● **Exercise aim**
Copy out the data line by line exactly, from its start to the line bearing "#6=IFCUNITASSIGNMENT((#4,#5));", inclusive.

(Saved data entries)
***

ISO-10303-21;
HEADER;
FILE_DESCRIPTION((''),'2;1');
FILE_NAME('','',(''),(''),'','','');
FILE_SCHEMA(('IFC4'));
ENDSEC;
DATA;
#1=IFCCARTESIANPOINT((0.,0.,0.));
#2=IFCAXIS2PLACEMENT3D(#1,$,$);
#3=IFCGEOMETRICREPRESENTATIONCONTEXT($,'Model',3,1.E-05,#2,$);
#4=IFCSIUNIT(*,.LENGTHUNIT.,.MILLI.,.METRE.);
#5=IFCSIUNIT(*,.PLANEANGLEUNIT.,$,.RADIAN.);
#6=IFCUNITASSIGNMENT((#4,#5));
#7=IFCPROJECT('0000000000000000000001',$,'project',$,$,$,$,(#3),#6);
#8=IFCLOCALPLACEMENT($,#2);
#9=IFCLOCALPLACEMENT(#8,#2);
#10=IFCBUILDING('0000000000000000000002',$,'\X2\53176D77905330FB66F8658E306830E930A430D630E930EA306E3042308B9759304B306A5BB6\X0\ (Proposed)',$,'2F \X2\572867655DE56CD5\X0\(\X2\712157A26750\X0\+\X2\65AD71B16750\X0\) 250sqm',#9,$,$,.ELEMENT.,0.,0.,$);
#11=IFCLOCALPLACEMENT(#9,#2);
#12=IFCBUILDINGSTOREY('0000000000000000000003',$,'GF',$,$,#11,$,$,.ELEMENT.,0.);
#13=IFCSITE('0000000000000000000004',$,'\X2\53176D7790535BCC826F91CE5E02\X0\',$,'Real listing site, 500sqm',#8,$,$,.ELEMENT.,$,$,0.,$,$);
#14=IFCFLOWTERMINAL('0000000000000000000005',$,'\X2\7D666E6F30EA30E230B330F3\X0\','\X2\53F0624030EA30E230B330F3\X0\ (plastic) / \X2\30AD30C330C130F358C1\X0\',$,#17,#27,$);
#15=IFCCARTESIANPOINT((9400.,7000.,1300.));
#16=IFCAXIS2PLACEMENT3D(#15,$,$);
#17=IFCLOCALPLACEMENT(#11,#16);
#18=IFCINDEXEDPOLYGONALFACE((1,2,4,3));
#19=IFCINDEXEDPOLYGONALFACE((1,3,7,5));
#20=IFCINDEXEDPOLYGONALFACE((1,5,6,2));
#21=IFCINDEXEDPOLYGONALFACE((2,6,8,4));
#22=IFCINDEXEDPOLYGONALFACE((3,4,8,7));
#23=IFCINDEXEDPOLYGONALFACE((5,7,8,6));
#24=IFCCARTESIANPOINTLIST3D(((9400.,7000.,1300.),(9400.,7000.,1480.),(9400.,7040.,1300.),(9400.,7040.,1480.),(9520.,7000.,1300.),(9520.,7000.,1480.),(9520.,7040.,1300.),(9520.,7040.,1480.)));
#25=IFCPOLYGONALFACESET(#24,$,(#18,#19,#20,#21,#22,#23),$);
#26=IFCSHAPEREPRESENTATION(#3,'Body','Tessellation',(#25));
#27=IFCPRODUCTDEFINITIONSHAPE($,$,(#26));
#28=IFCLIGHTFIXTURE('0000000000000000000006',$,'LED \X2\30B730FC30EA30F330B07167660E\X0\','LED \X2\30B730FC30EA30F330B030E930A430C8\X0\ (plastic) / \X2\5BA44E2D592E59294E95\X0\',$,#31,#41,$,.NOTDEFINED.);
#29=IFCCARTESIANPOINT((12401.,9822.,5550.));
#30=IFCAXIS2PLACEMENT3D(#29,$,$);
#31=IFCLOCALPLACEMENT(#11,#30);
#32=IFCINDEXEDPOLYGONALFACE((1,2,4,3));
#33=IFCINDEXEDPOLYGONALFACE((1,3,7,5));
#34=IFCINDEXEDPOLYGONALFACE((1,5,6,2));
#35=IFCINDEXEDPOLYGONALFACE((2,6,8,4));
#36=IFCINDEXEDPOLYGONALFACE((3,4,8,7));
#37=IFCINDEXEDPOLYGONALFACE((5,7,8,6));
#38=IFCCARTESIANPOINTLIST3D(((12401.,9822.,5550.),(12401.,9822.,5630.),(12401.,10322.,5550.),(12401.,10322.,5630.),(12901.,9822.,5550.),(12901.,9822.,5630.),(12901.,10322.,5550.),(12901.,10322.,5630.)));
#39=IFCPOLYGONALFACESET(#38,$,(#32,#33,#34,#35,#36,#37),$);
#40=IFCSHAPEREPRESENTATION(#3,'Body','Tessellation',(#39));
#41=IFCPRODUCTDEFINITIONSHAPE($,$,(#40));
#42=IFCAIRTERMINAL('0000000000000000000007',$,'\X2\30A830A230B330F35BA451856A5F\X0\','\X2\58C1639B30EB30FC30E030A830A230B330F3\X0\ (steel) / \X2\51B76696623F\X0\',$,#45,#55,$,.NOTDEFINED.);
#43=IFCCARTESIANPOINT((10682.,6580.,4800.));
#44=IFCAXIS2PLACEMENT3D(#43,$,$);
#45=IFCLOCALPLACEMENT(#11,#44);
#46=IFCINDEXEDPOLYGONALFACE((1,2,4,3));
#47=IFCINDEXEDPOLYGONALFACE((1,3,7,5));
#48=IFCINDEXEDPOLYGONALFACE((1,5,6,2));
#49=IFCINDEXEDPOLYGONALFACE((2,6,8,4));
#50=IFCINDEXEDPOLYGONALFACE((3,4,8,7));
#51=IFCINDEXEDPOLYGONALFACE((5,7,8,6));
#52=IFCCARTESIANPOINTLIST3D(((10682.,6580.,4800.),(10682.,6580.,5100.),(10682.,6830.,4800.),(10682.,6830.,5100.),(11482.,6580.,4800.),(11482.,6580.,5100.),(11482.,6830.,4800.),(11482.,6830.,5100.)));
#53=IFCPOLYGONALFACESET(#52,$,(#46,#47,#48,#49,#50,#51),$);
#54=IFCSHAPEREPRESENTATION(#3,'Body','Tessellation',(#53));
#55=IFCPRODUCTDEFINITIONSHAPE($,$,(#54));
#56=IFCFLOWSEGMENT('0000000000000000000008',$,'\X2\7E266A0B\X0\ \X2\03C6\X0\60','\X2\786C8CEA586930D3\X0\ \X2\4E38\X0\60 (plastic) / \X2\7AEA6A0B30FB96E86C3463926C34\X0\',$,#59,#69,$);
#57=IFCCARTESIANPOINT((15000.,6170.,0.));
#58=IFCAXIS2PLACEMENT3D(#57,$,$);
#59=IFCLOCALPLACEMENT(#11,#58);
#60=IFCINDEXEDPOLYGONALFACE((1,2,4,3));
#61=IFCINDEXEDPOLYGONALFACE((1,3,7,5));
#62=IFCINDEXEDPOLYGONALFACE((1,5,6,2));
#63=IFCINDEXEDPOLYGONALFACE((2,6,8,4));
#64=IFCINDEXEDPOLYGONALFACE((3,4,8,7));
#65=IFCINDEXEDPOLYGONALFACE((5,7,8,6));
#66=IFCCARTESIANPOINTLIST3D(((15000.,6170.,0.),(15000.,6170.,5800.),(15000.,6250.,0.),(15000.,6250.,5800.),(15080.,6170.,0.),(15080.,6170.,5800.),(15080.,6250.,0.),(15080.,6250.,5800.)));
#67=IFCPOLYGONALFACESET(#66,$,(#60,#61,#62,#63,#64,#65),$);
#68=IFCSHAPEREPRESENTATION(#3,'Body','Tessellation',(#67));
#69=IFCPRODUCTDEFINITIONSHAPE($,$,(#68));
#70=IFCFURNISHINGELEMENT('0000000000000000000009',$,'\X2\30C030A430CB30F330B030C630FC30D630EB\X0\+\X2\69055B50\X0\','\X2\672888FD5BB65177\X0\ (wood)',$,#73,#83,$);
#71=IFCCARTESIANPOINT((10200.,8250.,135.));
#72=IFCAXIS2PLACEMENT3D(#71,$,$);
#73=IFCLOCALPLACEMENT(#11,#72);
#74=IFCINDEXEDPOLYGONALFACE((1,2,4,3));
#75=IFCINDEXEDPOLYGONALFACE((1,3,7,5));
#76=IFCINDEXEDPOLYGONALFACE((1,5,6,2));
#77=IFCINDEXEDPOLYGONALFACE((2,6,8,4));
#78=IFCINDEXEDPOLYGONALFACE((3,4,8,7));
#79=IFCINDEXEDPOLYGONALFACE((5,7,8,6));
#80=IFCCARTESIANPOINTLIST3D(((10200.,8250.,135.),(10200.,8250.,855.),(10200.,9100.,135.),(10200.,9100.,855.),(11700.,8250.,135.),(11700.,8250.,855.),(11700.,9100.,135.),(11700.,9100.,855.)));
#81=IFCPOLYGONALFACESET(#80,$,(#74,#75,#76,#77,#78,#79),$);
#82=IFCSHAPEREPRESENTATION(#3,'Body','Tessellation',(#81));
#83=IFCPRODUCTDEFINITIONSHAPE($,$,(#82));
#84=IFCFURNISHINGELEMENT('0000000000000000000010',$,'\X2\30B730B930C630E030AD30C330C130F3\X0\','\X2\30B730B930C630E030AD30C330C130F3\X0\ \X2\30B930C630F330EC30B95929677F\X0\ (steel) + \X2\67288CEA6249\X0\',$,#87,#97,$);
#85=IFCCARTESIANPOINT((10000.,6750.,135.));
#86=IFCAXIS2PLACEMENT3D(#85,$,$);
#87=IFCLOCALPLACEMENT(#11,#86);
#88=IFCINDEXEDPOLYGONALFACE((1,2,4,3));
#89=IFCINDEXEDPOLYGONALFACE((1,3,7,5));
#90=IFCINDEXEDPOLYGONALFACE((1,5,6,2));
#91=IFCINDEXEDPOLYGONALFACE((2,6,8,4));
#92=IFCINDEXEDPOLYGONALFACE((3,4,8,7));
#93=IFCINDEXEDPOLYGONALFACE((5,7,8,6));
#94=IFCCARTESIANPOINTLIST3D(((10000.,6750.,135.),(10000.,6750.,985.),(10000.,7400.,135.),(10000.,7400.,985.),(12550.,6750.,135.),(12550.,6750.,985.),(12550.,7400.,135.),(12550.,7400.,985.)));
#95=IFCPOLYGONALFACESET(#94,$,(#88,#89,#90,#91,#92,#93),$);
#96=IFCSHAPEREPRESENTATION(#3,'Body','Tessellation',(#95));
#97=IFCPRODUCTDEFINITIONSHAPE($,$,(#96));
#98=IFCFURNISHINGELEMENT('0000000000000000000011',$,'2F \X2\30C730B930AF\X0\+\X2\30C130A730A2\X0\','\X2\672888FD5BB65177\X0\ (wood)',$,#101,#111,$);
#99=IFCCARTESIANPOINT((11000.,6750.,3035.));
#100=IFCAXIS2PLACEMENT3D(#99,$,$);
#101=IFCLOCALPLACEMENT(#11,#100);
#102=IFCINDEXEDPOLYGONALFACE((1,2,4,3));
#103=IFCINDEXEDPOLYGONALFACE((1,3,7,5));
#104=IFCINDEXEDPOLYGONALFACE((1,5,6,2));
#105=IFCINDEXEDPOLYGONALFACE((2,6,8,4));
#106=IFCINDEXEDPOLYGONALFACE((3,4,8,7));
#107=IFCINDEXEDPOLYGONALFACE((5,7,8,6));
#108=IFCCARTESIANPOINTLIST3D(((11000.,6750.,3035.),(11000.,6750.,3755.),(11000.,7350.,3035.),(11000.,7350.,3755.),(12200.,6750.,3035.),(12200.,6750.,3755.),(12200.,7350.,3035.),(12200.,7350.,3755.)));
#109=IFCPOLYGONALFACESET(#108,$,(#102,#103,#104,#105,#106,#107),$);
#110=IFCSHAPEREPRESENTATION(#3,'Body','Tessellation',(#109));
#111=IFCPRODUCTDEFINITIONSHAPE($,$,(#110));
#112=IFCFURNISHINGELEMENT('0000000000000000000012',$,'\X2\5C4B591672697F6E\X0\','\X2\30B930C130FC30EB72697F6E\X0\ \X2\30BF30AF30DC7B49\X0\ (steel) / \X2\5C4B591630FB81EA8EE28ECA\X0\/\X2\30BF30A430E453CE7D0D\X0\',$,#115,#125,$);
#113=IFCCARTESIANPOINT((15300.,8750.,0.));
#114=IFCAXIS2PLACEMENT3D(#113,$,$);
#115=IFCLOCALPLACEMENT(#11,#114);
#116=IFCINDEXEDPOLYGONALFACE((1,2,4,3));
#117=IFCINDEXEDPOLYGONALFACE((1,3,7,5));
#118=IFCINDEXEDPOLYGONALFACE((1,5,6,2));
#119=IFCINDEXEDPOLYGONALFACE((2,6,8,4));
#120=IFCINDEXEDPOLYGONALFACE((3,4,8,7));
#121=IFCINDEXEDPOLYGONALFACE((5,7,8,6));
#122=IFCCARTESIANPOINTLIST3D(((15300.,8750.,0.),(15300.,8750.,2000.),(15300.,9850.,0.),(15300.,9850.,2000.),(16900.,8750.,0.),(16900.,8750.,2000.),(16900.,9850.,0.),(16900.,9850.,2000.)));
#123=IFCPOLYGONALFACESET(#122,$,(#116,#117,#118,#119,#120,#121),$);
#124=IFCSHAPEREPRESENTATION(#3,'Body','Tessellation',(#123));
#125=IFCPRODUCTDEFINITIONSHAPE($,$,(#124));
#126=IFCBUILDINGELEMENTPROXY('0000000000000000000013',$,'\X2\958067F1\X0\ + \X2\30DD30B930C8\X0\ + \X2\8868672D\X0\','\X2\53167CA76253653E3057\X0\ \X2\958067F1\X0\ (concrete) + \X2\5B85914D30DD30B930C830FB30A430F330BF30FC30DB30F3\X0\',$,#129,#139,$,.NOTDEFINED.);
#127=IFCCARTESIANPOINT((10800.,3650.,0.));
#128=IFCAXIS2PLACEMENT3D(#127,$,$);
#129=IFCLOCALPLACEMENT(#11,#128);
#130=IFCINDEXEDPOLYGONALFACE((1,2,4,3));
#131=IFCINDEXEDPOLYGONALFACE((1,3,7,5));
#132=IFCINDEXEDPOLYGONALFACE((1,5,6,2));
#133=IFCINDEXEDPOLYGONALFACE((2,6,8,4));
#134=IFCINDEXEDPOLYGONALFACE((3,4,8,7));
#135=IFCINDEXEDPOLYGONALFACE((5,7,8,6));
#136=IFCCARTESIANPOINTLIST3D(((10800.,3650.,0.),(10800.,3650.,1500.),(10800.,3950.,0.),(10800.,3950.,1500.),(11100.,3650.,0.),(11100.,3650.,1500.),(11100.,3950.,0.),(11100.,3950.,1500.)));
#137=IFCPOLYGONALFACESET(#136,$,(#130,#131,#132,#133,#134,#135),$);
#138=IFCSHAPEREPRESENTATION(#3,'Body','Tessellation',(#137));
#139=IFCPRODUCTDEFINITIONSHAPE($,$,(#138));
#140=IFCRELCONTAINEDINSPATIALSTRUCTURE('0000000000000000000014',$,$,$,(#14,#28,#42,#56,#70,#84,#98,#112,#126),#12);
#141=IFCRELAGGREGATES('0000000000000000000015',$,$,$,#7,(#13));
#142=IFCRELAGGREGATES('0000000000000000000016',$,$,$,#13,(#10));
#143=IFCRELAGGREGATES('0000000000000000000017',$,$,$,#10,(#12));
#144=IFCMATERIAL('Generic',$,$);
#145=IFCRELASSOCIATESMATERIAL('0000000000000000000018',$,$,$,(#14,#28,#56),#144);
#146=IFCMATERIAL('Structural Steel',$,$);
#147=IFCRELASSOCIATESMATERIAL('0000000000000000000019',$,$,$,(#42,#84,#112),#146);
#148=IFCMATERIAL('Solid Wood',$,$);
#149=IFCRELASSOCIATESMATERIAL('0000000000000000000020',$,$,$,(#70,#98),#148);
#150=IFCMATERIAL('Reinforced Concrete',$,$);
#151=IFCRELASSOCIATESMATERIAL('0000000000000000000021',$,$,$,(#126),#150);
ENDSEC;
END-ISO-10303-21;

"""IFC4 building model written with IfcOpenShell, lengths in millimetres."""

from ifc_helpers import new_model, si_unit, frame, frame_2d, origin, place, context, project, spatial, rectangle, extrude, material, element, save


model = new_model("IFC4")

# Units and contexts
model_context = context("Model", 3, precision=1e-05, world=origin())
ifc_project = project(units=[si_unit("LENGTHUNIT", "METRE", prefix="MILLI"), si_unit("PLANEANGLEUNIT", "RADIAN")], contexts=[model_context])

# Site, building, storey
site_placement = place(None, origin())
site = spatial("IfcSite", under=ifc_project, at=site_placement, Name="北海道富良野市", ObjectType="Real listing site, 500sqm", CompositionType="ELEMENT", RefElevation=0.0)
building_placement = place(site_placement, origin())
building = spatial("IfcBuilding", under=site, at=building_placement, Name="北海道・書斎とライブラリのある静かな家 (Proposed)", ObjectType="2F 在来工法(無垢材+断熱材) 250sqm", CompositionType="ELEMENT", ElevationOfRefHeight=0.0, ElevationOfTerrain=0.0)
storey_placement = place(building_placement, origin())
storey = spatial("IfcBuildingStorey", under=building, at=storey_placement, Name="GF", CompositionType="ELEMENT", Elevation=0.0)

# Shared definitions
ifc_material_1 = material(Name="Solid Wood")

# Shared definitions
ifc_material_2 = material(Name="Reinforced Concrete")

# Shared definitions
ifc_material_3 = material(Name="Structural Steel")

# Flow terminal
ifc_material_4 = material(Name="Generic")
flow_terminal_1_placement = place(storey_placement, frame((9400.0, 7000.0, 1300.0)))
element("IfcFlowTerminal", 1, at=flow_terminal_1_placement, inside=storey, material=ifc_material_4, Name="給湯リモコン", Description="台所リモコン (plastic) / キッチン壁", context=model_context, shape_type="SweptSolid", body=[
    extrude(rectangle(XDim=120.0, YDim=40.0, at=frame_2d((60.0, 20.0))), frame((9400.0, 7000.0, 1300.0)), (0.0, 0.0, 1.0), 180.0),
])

***

● **Result of this exercise**
ISO-10303-21;
HEADER;
FILE_DESCRIPTION((''),'2;1');
FILE_NAME('','',(''),(''),'','','');
FILE_SCHEMA(('IFC4'));
ENDSEC;
DATA;
#1=IFCCARTESIANPOINT((0.,0.,0.));
#2=IFCAXIS2PLACEMENT3D(#1,$,$);
#3=IFCGEOMETRICREPRESENTATIONCONTEXT($,'Model',3,1.E-05,#2,$);
#4=IFCSIUNIT(*,.LENGTHUNIT.,.MILLI.,.METRE.);
#5=IFCSIUNIT(*,.PLANEANGLEUNIT.,$,.RADIAN.);
#6=IFCUNITASSIGNMENT((#4,#5));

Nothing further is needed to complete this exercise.